=== Begin Enclosure ===
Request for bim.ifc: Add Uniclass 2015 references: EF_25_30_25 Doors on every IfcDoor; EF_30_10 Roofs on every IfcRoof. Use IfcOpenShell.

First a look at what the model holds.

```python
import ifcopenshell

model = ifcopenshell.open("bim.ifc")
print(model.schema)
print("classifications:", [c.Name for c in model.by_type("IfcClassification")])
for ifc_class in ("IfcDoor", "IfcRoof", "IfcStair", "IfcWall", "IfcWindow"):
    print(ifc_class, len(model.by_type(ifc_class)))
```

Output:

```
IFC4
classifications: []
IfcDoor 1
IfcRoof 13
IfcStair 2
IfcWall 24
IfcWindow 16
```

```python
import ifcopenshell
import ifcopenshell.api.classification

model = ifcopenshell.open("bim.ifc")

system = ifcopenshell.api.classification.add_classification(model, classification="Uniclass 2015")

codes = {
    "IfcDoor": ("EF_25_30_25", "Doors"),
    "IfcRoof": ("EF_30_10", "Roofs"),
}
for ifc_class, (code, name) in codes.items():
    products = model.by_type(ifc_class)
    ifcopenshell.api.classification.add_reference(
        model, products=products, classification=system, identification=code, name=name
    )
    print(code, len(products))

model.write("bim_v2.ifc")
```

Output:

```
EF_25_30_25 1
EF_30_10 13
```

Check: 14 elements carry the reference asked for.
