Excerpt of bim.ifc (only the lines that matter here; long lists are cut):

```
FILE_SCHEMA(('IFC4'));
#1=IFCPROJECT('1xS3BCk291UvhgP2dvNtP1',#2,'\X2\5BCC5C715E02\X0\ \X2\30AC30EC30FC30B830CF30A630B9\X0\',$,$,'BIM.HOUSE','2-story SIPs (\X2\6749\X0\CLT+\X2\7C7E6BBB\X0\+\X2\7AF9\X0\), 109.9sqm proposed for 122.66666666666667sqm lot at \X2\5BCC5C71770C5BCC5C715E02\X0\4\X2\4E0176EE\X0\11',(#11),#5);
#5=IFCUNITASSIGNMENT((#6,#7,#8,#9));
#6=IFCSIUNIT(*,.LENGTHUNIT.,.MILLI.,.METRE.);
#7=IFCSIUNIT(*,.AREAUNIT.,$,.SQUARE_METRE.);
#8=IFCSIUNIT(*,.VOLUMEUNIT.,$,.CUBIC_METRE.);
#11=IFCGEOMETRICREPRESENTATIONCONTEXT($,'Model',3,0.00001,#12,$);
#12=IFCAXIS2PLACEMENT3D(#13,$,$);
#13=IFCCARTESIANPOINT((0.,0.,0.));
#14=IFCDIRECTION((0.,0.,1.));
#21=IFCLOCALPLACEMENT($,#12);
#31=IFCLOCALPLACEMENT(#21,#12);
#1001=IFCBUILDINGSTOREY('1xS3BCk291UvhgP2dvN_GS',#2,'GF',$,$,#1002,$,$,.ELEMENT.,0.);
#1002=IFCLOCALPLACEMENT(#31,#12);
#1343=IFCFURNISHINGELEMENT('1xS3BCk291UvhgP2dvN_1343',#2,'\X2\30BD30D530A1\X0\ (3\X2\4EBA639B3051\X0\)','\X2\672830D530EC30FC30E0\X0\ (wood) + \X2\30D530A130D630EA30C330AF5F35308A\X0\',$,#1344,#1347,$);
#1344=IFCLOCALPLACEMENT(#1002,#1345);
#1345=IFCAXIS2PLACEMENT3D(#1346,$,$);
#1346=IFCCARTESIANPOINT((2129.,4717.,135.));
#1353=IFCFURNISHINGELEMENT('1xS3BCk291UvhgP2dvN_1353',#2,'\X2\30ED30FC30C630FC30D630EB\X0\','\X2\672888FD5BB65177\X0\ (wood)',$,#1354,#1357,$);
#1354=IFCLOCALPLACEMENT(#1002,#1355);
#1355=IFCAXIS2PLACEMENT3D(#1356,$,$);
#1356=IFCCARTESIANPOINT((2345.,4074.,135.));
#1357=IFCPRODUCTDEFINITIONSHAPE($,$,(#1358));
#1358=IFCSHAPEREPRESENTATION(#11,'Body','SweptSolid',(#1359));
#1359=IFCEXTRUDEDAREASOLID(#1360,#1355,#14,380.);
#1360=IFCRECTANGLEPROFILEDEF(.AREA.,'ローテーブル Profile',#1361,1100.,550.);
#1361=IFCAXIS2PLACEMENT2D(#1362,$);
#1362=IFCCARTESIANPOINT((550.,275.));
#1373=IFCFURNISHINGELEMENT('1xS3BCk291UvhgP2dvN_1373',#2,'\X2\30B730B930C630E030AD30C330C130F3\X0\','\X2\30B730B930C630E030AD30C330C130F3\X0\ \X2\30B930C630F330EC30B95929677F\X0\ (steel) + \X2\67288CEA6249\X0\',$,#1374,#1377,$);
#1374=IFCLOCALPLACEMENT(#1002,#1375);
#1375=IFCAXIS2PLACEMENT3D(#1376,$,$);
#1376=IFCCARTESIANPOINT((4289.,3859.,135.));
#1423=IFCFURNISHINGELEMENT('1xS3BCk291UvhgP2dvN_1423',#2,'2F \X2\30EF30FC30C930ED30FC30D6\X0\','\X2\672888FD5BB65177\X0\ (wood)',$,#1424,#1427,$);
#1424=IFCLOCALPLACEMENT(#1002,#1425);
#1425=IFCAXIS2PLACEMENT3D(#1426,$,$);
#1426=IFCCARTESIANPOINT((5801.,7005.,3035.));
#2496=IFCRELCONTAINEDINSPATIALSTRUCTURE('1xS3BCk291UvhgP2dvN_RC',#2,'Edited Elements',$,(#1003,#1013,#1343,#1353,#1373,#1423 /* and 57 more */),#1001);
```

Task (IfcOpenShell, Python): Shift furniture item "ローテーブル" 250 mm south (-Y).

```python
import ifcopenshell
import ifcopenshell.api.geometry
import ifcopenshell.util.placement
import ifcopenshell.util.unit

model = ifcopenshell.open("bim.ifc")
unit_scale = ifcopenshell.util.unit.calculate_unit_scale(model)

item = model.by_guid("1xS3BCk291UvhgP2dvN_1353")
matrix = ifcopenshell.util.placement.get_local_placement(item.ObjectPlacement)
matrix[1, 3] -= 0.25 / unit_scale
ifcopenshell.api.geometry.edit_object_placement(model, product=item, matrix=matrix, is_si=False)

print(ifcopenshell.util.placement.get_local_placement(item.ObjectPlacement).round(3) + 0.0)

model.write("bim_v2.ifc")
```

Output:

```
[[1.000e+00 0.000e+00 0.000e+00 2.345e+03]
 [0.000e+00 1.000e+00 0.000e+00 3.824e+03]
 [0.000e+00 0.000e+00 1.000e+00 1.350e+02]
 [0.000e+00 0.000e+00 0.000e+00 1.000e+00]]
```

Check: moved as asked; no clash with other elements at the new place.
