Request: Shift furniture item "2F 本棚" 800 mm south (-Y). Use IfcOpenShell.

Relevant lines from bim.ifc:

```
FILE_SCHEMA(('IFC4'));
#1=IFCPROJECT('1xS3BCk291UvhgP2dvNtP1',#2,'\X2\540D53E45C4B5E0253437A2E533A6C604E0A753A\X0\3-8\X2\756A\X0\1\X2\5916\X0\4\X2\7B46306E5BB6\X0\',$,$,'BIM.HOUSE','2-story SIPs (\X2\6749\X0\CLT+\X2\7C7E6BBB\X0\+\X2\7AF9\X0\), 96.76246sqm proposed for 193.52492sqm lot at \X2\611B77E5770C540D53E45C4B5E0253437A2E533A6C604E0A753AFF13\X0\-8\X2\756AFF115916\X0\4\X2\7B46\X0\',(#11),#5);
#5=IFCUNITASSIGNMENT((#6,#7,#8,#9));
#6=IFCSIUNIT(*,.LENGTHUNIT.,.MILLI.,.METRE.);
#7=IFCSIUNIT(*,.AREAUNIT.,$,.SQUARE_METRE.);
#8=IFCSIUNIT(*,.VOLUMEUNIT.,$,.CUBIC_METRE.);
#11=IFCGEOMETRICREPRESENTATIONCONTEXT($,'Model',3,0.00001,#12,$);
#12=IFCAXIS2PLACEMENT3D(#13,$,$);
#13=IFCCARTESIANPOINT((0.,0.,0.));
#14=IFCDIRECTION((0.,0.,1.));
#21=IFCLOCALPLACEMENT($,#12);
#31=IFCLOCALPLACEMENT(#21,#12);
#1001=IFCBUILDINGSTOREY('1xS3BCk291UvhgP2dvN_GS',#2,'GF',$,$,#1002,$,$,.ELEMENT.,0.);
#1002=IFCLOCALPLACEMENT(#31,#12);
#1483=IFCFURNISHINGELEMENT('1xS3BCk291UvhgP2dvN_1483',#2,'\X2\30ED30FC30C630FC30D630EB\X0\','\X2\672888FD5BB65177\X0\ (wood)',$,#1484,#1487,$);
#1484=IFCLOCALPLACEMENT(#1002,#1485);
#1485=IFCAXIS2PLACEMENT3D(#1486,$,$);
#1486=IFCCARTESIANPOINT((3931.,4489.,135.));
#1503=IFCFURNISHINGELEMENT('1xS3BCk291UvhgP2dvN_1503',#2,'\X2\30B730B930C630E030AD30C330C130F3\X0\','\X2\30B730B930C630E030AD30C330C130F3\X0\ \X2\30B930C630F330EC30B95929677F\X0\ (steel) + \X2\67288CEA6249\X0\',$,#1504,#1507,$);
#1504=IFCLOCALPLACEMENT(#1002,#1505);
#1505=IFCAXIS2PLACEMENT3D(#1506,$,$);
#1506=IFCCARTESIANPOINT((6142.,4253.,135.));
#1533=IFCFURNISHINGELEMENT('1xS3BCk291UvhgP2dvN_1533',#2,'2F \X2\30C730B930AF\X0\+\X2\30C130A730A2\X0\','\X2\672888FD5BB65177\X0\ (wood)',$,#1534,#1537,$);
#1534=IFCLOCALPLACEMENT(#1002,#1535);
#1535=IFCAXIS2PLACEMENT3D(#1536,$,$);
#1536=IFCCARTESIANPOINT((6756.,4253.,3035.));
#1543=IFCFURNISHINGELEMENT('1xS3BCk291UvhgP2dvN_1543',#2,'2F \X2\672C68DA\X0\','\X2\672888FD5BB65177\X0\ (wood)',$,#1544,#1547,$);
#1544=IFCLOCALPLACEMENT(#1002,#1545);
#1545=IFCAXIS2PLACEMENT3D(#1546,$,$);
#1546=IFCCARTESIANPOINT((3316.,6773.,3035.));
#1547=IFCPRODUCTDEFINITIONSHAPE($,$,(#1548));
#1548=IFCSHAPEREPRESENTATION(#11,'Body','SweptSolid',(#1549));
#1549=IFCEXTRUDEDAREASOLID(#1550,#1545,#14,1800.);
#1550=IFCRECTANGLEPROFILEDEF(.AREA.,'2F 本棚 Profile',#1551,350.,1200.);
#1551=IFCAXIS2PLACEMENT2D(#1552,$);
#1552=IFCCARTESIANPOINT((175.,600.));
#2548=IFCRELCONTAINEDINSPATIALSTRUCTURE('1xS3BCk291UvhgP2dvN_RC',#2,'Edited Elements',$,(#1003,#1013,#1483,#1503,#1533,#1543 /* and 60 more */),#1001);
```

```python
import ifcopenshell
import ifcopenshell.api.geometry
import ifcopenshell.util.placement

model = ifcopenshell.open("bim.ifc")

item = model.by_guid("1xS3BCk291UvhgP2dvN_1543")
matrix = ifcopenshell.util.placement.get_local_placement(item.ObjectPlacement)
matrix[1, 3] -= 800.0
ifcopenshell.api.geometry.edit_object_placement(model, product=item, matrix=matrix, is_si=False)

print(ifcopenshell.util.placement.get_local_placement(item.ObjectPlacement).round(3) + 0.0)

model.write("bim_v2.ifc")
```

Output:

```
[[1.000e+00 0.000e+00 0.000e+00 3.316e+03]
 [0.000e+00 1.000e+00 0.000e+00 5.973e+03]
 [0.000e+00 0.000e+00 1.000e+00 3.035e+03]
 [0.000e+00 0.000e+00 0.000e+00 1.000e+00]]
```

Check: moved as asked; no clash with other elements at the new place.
=== End Enclosure ===
Whenever the string "steel" occurs in a line of the entries above, copy that line.

(Response to this task):
#1373=IFCFURNISHINGELEMENT('1xS3BCk291UvhgP2dvN_1373',#2,'\X2\30B730B930C630E030AD30C330C130F3\X0\','\X2\30B730B930C630E030AD30C330C130F3\X0\ \X2\30B930C630F330EC30B95929677F\X0\ (steel) + \X2\67288CEA6249\X0\',$,#1374,#1377,$);
#1503=IFCFURNISHINGELEMENT('1xS3BCk291UvhgP2dvN_1503',#2,'\X2\30B730B930C630E030AD30C330C130F3\X0\','\X2\30B730B930C630E030AD30C330C130F3\X0\ \X2\30B930C630F330EC30B95929677F\X0\ (steel) + \X2\67288CEA6249\X0\',$,#1504,#1507,$);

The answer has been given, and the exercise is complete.